Più in generale, sembra riprodursi l’idea, piuttosto ingenua, che basta mettere in campo un pacchetto di incentivi, pubblicare la notizia su qualche quotidiano nazionale, perché si crei la ressa di investitori pronti a localizzarsi in regione. Evidentemente, manca la percezione del fatto, peraltro evidenziato dalle maggiori società di consulenza attive nel settore dell’attrazione degli investimenti, che gli incentivi finanziari o fiscali, da soli, non sono il fattore attrattivo per eccellenza, dovendosi costruire un vero e proprio pacchetto localizzativo, fatto da infrastrutture ad hoc per le esigenze dell’investitore, aree attrezzate, servizi reali, ed una meticolosa (e costosa) operazione di promozione delle opportunità nelle sedi dove si prendono le decisioni di investimento.
Assistiamo così al paradosso per cui, mentre si mettono a disposizione 30 milioni di euro per i contratti di sviluppo, la Giunta Regionale mette in liquidazione il sistema delle aree industriali del potentino, tramite la privatizzazione del Consorzio industriale di Potenza ed il suo affidamento ad un commissario. Come pensa la Regione di offrire opportunità localizzative ad eventuali investitori, se persino le aree industriali principali della provincia di Potenza sono sottoposte a procedure liquidatorie e non c’è più un soggetto in grado di fornire servizi comuni alle imprese? Come si pensa di realizzare la necessaria azione di promozione delle opportunità di investimento in Basilicata? Bastano una pagina sul Sole 24 Ore e qualche dichiarazione assessorile? O non si pensa, magari, di coinvolgere anche le organizzazioni sindacali, attraverso le loro strutture territoriali in tutta Italia, per fornire supporto al reperimento di potenziali investitori. Quale ruolo si pensa di dare ad Invitalia nella fase di promozione? O, per le iniziative di tipo turistico, si pensa di dare un ruolo di promoter ad Apt, come peraltro gli compete da funzione istituzionale?
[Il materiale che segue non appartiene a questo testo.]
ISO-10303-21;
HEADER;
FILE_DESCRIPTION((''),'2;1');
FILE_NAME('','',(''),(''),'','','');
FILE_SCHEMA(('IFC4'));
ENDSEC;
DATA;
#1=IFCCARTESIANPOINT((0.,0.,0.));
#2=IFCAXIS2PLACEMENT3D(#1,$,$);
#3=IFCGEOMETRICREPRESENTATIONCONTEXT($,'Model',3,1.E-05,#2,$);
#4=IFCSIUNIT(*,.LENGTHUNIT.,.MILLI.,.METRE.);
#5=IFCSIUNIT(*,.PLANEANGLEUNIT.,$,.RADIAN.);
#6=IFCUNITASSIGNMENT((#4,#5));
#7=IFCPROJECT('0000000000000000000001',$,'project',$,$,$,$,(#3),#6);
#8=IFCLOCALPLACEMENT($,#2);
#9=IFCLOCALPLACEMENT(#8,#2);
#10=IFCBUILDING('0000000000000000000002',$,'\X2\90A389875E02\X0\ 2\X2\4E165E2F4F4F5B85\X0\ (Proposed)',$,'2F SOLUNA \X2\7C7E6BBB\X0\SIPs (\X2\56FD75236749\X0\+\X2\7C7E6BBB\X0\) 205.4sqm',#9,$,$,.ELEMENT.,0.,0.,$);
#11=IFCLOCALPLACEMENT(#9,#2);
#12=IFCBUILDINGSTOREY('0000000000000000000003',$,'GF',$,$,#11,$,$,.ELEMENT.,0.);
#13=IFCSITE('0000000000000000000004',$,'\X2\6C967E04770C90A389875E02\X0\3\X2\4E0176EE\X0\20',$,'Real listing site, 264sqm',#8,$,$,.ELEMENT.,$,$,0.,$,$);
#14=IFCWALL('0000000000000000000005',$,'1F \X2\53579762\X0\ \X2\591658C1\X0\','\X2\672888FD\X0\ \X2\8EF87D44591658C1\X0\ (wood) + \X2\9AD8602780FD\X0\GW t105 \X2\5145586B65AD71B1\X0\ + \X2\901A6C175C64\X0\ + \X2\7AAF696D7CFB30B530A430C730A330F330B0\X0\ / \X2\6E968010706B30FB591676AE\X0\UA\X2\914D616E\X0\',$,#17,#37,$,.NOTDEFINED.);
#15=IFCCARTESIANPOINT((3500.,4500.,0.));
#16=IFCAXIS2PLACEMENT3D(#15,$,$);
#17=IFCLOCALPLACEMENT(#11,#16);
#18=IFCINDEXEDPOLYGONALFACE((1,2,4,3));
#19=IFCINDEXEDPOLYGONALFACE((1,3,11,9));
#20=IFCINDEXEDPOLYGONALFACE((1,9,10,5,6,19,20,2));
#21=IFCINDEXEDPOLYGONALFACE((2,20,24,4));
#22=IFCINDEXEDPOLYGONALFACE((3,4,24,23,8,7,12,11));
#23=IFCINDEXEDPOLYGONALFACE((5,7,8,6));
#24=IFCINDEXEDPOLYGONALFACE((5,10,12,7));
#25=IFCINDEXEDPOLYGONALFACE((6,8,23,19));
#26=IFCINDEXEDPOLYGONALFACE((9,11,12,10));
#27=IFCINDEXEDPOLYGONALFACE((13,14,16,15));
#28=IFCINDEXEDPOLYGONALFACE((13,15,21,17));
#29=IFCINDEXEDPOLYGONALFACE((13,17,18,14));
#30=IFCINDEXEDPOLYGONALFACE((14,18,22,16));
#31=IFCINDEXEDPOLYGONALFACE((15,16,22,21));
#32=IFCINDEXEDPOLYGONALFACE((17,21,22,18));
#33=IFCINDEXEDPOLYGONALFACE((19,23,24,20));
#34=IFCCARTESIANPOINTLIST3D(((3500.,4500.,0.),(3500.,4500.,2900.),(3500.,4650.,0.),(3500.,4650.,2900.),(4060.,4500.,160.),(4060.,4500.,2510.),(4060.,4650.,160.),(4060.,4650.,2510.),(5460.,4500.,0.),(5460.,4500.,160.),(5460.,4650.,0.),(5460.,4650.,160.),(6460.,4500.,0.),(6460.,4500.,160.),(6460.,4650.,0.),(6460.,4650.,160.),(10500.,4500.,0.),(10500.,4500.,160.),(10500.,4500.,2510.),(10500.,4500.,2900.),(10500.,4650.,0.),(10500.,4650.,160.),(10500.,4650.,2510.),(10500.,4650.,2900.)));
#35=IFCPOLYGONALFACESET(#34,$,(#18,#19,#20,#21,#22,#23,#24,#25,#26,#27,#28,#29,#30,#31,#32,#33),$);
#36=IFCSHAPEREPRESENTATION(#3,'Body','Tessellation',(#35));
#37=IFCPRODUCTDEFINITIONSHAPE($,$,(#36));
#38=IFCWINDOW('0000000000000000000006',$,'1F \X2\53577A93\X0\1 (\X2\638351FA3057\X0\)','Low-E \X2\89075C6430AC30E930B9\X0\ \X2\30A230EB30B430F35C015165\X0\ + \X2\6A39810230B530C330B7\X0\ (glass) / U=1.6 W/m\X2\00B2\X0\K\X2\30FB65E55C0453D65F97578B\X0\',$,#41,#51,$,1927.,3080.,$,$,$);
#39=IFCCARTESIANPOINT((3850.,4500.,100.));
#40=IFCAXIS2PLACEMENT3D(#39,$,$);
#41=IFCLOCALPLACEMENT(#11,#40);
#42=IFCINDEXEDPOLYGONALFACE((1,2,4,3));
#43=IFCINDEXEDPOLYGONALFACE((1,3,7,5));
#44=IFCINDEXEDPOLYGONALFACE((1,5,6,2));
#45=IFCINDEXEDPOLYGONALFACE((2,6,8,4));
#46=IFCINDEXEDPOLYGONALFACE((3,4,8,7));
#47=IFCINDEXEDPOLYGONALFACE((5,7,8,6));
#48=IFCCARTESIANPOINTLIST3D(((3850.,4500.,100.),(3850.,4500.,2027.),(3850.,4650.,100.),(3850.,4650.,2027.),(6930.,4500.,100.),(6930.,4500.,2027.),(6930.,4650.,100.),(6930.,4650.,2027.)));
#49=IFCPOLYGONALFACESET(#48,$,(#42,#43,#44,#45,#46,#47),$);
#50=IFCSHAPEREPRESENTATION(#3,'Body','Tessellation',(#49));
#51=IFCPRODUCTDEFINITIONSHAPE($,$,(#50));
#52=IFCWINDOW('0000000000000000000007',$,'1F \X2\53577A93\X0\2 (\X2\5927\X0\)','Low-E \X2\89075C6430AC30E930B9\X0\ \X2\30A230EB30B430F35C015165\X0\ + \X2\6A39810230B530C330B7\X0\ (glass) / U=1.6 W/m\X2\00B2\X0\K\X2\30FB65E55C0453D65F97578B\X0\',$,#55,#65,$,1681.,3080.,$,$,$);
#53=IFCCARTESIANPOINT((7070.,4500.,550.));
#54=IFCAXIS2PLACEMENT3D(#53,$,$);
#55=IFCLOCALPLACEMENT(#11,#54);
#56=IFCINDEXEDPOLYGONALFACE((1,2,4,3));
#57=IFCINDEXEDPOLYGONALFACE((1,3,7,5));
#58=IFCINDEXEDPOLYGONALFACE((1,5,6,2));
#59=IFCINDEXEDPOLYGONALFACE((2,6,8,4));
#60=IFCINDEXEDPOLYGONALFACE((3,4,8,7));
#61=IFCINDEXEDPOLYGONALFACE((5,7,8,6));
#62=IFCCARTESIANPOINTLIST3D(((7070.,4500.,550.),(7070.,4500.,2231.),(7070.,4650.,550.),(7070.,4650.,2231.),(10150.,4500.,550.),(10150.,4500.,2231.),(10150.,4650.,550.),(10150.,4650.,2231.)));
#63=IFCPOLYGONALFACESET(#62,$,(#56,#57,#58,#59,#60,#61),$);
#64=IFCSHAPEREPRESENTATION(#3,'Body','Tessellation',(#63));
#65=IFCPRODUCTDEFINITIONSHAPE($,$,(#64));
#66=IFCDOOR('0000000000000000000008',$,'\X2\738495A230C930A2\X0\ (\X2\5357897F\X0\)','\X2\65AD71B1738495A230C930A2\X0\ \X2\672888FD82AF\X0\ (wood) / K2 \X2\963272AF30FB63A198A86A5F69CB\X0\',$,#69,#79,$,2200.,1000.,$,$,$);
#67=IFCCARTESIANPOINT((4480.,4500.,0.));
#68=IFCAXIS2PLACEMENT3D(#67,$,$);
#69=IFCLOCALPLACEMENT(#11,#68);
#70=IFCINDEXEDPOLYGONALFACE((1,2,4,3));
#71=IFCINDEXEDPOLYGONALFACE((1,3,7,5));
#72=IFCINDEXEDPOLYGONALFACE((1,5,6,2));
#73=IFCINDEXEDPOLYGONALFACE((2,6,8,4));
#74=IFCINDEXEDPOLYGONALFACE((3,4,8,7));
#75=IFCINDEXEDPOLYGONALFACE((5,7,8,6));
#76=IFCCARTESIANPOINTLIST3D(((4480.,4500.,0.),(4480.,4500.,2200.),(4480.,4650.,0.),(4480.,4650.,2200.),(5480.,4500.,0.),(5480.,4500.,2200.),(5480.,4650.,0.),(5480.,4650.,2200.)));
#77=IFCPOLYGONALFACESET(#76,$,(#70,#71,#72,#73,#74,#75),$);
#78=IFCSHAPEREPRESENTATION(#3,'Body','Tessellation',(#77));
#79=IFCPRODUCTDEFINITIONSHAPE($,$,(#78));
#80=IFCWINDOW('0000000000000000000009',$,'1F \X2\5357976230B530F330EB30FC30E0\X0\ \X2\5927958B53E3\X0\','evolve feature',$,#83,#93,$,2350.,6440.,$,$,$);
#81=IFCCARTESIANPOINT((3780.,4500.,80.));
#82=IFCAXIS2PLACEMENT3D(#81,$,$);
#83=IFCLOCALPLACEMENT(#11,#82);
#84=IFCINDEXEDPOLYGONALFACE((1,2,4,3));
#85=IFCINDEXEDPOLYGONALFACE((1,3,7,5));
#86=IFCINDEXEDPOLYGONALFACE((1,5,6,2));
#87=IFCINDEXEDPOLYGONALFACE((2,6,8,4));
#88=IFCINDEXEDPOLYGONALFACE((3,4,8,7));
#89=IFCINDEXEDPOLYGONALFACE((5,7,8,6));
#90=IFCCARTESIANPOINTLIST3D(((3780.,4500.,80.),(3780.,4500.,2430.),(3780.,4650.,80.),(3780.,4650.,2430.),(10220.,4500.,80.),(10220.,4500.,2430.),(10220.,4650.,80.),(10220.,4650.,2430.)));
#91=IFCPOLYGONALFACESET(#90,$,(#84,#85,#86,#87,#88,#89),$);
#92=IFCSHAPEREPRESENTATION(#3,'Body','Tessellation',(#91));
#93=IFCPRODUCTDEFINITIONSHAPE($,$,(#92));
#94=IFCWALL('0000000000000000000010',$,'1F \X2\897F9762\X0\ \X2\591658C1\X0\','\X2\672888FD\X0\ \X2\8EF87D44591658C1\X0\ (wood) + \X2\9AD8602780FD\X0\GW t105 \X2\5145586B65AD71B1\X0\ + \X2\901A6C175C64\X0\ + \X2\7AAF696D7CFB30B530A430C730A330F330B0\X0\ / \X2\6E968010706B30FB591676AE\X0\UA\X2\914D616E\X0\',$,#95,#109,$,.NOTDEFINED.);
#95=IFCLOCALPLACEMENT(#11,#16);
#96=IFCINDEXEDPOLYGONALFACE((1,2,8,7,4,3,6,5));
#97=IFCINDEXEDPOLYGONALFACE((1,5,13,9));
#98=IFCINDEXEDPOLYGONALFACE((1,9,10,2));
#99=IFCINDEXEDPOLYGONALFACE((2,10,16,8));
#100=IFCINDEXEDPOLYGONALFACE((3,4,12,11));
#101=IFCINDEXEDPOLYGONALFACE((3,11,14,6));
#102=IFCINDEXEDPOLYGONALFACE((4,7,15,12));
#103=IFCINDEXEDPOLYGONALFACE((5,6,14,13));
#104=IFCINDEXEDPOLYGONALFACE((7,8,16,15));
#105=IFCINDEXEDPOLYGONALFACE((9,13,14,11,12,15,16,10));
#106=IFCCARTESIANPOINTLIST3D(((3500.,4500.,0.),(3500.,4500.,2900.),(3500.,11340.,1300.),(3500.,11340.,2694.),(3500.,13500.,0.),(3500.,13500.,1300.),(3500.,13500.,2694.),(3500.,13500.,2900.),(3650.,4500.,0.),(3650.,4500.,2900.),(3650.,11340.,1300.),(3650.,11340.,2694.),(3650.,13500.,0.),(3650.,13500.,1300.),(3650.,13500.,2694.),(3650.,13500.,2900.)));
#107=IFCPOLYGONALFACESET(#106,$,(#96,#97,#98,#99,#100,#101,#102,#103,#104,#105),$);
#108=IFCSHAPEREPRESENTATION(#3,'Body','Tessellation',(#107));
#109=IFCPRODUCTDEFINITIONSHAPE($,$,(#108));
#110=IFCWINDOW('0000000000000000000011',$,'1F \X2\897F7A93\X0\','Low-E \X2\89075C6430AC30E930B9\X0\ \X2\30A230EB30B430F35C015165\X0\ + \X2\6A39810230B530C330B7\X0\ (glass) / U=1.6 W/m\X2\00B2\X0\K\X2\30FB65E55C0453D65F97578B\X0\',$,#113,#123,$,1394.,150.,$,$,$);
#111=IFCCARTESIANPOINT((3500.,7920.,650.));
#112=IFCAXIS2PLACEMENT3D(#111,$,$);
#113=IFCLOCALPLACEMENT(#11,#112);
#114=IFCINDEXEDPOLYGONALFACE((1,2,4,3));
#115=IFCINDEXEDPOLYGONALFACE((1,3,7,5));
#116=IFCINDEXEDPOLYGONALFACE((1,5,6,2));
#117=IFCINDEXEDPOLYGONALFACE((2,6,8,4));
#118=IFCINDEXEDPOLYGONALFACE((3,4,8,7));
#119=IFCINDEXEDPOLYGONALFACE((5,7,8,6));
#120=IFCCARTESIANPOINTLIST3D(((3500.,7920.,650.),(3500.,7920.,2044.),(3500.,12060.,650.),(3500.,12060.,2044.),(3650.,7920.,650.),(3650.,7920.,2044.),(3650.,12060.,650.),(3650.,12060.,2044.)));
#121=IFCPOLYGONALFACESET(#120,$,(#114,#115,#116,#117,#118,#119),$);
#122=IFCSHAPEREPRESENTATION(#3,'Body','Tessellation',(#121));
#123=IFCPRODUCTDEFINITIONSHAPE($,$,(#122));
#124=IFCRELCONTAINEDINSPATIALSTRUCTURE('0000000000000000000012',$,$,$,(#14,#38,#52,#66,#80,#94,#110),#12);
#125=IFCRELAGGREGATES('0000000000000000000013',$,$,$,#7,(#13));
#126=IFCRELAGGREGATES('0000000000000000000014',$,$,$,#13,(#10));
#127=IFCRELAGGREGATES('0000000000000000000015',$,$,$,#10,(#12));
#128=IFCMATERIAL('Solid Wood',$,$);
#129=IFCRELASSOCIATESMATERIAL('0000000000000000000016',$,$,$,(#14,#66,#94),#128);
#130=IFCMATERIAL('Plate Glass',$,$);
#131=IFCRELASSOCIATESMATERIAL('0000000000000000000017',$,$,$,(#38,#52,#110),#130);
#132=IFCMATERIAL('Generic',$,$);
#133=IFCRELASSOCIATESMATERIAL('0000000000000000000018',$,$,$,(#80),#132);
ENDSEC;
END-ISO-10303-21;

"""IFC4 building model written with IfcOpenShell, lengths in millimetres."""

from ifc_helpers import new_model, si_unit, frame, frame_2d, origin, place, context, project, spatial, rectangle, extrude, material, element, fill, save


model = new_model("IFC4")

# Units and contexts
model_context = context("Model", 3, precision=1e-05, world=origin())
ifc_project = project(units=[si_unit("LENGTHUNIT", "METRE", prefix="MILLI"), si_unit("PLANEANGLEUNIT", "RADIAN")], contexts=[model_context])

# Site, building, storey
site_placement = place(None, origin())
site = spatial("IfcSite", under=ifc_project, at=site_placement, Name="沖縄県那覇市3丁目20", ObjectType="Real listing site, 264sqm", CompositionType="ELEMENT", RefElevation=0.0)
building_placement = place(site_placement, origin())
building = spatial("IfcBuilding", under=site, at=building_placement, Name="那覇市 2世帯住宅 (Proposed)", ObjectType="2F SOLUNA 籾殻SIPs (国産杉+籾殻) 205.4sqm", CompositionType="ELEMENT", ElevationOfRefHeight=0.0, ElevationOfTerrain=0.0)
storey_placement = place(building_placement, origin())
storey = spatial("IfcBuildingStorey", under=building, at=storey_placement, Name="GF", CompositionType="ELEMENT", Elevation=0.0)

# Shared definitions
ifc_material_1 = material(Name="Solid Wood")

# Wall, openings, windows, door
wall_1_placement = place(storey_placement, frame((3500.0, 4500.0, 0.0)))
wall_1 = element("IfcWall", 1, at=wall_1_placement, inside=storey, material=ifc_material_1, Name="1F 南面 外壁", Description="木製 軸組外壁 (wood) + 高性能GW t105 充填断熱 + 通気層 + 窯業系サイディング / 準耐火・外皮UA配慮", PredefinedType="NOTDEFINED", context=model_context, shape_type="SweptSolid", body=[
    extrude(rectangle(XDim=7000.0, YDim=150.0, at=frame_2d((3500.0, 75.0))), frame((3500.0, 4500.0, 0.0)), (0.0, 0.0, 1.0), 2900.0),
])
opening_1_placement = place(storey_placement, frame((3850.0, 4500.0, 100.0)))
opening_1 = element("IfcOpeningElement", 2, at=opening_1_placement, cuts=wall_1, PredefinedType="NOTDEFINED", context=model_context, shape_type="SweptSolid", body=[
    extrude(rectangle(XDim=3080.0, YDim=150.0, at=frame_2d((1540.0, 75.0))), frame((3850.0, 4500.0, 100.0)), (0.0, 0.0, 1.0), 1927.0),
])
opening_2_placement = place(storey_placement, frame((7070.0, 4500.0, 550.0)))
E non sarebbe stato opportuno, ovviamente nel rispetto dei limiti normativi sugli aiuti di Stato, pensare di riservare i 30 milioni del bando, oltre al sostegno ad interventi di salvataggio aziendale che sembrano ad oggi maturi (come ad esempio la necessaria acquisizione dello stabilimento Ferrosud da parte di Mermec) ad interventi specifici per il settore automotive, ad esempio sostenendo la creazione di reti di impresa fra subfornitori, o ad un programma specifico di supporto alla R&S in ambito automotive, vista la problematicità delle prospettive di Stellantis e del suo indotto?
Il tema, come si vede, è molto complesso, e non si riduce alla mera messa a disposizione di un pacchetto di incentivi in modo isolato da qualsiasi visione generale dello sviluppo della regione e di collegamento con le politiche nazionali ed europee. Si tratta di un modo di procedere che, temiamo, non sarà particolarmente foriero di risultati utili, a fronte della grave crisi produttiva ed occupazionale che la Basilicata subisce da anni. Un confronto più ampio ed inclusivo serve, quindi – conclude Summa – per dare respiro ad un intervento che, peraltro, impegna gran parte delle risorse derivanti dagli accordi petroliferi di Tempa Rossa, che vanno assolutamente massimizzati, in termini di impatto”.